Question

Truly Parallel Blasts With Blast+

8

Entering edit mode

11.4 years ago

Eric Normandeau 11k

Hi,

I find myself once again having to run blast+ programs to blast large amounts of sequences (100,000+) on swissprot, refseq, nr, etc.

blast+ can use multiple cores, but the way it is implemented means that when using multiple cores, cores that terminate their calculation earlier have to wait for the longer calculations before getting new work to do. On 8-16 cores, it means that the processors are idle 2/3+ of the time.

I am thinking of implementing something to solve this problem where a master program would call the blast program on single sequences, launch new blasts as the processors get free, and keep track of the order in which the results should go to combine them. Since the database is cached the first time it is used, I think the overhead of launching a new blast command each time should be minimal. Dealing with some of the formats may end up being somewhat painful (format 0, for example), but for tabular formats (ex: 6), this should be pretty trivial.

The only other alternative I have at the moment is to split the sequence file into n smaller files and run n blasts. I would like to have a solution where all there is to do is to launch a single command, for example:

parallel_blast.py blastp [options] input_file

Before I do that, however, I would like to know if anybody is aware of an existing solution to that problem. I browsed the other blast posts on the forum and am already doing most of the possible suggestions in there. This is not a very difficult problem, but if somebody already produced a quality solution, I'd rather use it than hack something ugly to solve it.

blast+ parallel • 16k views

ADD COMMENT • link updated 3.6 years ago by Xapple ▴ 30 • written 11.4 years ago by Eric Normandeau 11k

3

Entering edit mode

How about this GNU Parallel - parallelize serial command line programs without changing them imo the best tutorial on biostar at the moment. Also shows how to split records.

ADD REPLY • link 11.4 years ago by Michael 55k

0

Entering edit mode

Thank you Michael. I didn't remember a blast example in there. I will certainly try that. Want to add this comment as an answer? If it works well for me I'll be able to mark it as the correct answer.

ADD REPLY • link 11.4 years ago by Eric Normandeau 11k

Ram · Answer 1 · 2013-07-06

4

Entering edit mode

11.4 years ago

Michael 55k

According to this tutorial: GNU Parallel - parallelize serial command line programs without changing them the examples under "Running Blast on multiple machines" should do what you want, haven't tested myself, but it looks like the source is very good

In particular:

  cat 1gb.fasta | parallel --block 100k --recstart '>' --pipe blastp -evalue 0.01 -outfmt 6 -db db.fa -query - > results

should do what you want. Blocksize might be something to experiment with. Invoking a blast process for each single or only few sequence might have too high overhead for program start and database loading.

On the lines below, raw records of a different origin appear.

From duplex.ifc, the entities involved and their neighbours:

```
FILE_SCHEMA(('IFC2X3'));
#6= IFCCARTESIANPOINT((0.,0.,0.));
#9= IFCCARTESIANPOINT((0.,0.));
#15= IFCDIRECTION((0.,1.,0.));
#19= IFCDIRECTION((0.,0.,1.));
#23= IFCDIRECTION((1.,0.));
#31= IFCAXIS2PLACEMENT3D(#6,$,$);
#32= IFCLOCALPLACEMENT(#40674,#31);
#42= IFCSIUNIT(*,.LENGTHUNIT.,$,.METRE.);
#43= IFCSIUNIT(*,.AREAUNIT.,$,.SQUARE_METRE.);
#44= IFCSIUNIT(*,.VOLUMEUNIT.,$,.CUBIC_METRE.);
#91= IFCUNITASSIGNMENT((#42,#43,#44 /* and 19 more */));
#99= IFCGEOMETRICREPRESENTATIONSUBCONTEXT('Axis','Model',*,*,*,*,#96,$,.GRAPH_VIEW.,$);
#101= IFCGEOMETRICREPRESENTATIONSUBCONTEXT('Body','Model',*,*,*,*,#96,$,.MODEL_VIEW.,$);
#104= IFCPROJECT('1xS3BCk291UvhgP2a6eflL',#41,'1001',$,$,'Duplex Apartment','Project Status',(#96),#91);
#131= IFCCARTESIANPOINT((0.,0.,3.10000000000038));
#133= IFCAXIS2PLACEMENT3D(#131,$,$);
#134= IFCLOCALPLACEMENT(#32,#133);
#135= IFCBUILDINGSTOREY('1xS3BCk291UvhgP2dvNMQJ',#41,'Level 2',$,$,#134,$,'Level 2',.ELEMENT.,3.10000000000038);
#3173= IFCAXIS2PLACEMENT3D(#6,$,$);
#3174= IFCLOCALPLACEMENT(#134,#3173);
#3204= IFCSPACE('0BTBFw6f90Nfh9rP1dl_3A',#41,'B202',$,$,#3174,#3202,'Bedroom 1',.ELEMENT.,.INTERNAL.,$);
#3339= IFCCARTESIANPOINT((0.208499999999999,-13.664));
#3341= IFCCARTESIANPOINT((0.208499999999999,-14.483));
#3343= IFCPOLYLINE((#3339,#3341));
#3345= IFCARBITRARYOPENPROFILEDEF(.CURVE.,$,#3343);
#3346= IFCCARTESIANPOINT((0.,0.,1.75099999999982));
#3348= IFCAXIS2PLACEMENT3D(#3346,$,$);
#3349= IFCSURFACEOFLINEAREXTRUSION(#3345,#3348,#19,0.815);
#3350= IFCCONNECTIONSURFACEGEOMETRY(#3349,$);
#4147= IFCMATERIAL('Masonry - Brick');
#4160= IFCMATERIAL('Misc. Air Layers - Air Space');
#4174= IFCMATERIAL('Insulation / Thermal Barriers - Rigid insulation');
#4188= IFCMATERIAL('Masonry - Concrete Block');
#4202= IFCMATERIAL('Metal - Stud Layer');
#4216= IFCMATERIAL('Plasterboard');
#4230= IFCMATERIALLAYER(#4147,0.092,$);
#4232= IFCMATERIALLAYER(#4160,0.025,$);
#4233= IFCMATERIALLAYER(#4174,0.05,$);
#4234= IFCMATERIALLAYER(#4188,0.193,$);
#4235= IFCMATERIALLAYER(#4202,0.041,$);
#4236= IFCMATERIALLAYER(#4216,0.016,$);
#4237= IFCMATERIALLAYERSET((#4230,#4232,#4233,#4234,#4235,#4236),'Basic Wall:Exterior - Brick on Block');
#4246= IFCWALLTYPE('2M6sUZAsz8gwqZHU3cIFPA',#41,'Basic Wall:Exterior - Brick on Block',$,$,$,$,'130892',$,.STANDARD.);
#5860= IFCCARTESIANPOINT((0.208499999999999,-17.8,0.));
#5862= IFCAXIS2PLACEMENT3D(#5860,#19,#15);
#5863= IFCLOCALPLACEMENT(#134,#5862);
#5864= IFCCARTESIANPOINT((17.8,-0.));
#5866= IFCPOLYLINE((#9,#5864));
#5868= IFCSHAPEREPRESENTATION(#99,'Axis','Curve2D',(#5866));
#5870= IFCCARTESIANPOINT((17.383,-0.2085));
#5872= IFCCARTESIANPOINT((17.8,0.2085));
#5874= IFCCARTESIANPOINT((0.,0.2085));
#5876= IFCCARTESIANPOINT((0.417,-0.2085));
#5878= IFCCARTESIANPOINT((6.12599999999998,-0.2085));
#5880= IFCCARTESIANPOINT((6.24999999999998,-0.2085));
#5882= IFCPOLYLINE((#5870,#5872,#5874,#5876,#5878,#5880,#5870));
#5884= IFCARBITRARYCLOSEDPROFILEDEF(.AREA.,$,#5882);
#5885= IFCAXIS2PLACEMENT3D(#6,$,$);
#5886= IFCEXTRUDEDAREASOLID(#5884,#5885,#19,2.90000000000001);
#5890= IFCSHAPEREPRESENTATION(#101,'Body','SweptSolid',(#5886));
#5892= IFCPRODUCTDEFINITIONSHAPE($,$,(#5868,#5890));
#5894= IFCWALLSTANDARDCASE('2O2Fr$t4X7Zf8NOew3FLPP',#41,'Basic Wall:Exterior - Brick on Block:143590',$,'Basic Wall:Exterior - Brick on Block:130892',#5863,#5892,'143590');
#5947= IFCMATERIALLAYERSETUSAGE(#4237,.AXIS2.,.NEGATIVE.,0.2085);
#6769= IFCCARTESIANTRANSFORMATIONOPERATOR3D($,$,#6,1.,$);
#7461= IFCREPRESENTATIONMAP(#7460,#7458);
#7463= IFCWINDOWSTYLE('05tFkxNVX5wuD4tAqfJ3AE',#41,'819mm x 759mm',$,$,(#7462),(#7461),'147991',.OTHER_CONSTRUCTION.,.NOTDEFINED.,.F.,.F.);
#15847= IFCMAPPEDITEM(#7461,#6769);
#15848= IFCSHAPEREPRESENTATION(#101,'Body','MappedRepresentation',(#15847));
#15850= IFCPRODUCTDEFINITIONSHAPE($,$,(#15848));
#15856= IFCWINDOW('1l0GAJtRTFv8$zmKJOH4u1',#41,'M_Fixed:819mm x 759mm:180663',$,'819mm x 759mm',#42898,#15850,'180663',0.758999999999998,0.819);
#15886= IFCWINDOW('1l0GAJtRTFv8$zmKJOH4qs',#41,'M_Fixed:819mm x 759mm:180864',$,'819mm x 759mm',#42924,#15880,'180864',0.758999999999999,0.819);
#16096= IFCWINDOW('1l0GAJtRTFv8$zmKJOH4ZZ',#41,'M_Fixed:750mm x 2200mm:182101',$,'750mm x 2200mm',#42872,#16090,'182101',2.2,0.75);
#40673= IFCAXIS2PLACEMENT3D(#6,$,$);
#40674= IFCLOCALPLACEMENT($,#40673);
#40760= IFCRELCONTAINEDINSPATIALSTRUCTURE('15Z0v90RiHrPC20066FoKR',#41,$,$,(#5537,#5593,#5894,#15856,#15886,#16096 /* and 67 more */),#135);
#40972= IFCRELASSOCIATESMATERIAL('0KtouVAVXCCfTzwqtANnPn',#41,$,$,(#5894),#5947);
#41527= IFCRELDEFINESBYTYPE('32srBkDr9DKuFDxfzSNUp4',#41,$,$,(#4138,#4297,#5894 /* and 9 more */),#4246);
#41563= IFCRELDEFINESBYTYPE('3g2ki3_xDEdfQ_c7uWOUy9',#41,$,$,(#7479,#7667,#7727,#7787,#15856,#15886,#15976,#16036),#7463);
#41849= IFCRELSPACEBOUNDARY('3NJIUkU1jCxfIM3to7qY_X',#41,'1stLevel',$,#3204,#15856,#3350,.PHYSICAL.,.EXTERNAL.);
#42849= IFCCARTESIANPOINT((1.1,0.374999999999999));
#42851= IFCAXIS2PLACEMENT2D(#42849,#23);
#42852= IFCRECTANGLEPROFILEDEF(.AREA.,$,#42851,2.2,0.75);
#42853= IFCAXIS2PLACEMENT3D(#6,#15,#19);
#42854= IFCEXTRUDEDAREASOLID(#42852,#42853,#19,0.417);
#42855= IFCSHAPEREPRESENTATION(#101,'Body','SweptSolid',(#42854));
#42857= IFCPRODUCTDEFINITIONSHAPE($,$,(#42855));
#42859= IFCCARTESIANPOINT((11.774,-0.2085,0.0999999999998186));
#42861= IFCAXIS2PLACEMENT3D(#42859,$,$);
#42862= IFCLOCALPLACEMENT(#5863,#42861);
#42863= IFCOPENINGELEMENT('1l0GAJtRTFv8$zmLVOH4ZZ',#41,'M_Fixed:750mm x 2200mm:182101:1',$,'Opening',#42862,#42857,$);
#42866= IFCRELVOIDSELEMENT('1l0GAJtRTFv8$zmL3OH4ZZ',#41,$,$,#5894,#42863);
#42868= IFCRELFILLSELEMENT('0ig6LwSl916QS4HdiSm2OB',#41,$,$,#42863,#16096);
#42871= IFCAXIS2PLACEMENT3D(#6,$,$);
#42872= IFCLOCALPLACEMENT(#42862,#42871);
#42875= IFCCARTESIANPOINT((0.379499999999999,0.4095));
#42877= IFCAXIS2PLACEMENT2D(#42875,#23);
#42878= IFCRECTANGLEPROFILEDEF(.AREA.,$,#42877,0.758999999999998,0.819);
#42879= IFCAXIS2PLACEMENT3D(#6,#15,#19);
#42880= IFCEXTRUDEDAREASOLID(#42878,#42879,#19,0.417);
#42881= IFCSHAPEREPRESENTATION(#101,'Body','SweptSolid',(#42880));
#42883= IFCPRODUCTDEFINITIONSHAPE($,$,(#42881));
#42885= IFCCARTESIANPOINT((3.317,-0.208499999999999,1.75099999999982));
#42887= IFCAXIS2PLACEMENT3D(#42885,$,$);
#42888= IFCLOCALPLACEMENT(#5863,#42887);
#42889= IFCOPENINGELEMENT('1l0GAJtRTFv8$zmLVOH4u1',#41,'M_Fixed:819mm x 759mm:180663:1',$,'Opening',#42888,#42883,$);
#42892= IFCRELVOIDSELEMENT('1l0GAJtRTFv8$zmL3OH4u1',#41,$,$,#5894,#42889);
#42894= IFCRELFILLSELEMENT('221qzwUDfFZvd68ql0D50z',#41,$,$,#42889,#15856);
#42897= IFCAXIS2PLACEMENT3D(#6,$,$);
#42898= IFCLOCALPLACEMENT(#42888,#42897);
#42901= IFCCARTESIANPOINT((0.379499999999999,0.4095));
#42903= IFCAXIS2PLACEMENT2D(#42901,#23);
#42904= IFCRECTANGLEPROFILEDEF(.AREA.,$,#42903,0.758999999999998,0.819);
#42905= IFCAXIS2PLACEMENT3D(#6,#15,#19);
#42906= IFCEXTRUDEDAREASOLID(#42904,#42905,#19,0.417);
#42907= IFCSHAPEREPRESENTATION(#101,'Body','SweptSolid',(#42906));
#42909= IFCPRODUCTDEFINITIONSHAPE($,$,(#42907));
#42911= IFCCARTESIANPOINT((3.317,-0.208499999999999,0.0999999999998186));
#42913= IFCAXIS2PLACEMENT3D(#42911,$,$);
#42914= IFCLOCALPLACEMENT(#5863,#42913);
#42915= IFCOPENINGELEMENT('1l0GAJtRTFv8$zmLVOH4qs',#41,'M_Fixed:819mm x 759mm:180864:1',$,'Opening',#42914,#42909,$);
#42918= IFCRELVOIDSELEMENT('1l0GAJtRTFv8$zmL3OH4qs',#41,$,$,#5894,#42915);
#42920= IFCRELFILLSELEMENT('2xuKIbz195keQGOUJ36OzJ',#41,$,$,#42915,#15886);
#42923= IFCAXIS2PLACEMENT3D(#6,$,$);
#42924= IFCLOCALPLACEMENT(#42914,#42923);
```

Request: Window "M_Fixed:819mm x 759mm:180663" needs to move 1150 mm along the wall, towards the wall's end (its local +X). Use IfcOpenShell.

```python
import numpy as np
import ifcopenshell
import ifcopenshell.api.geometry
import ifcopenshell.util.placement

model = ifcopenshell.open("duplex.ifc")

window = model.by_id(15856)
opening = window.FillsVoids[0].RelatingOpeningElement
wall = opening.VoidsElements[0].RelatingBuildingElement

wall_matrix = ifcopenshell.util.placement.get_local_placement(wall.ObjectPlacement)
shift = wall_matrix[:3, 0] * 1.15
before = ifcopenshell.util.placement.get_local_placement(window.ObjectPlacement)[:3, 3].copy()

# The window is placed relative to its opening, so it follows when the opening moves.
matrix = ifcopenshell.util.placement.get_local_placement(opening.ObjectPlacement)
matrix[:3, 3] += shift
ifcopenshell.api.geometry.edit_object_placement(
    model, product=opening, matrix=matrix, is_si=False, should_transform_children=True
)

# Space boundary surfaces are stored in each space's coordinates; move them too.
for rel in window.ProvidesBoundaries:
    if not rel.ConnectionGeometry:
        continue
    surface = rel.ConnectionGeometry.SurfaceOnRelatingElement
    space_matrix = ifcopenshell.util.placement.get_local_placement(rel.RelatingSpace.ObjectPlacement)
    point = np.array(surface.Position.Location.Coordinates) + space_matrix[:3, :3].T @ shift
    surface.Position = model.createIfcAxis2Placement3D(
        model.createIfcCartesianPoint(point.tolist()), surface.Position.Axis, surface.Position.RefDirection
    )

after = ifcopenshell.util.placement.get_local_placement(window.ObjectPlacement)[:3, 3]
print("window moved by", (after - before).round(3) + 0.0)

model.write("duplex-out.ifc")
```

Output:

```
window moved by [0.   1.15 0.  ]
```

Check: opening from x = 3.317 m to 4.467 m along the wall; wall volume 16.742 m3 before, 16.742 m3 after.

I do not know how good the error handling is, but it is important to keep track of processes crashing, which can still happen with blast+. Another issue might be that you will get multiple Blast headers if using the default output format.

ADD COMMENT • link 11.4 years ago by Michael 55k

1

Entering edit mode

Finally had time to try it. Works like a charm. It does output multiple headers though, one per block treated. For some of the output formats, it makes no difference and for the other, it has no importance for what I want to do. Thanks!

ADD REPLY • link 11.4 years ago by Eric Normandeau 11k

1

Entering edit mode

parallel has a --halt-on-error (or just --halt) option which controls how to handle errors in the spawned processes, and could be useful for catching crashed blast runs. The default error handling will report the number of processes that exited with an error as the exit status for parallel itself.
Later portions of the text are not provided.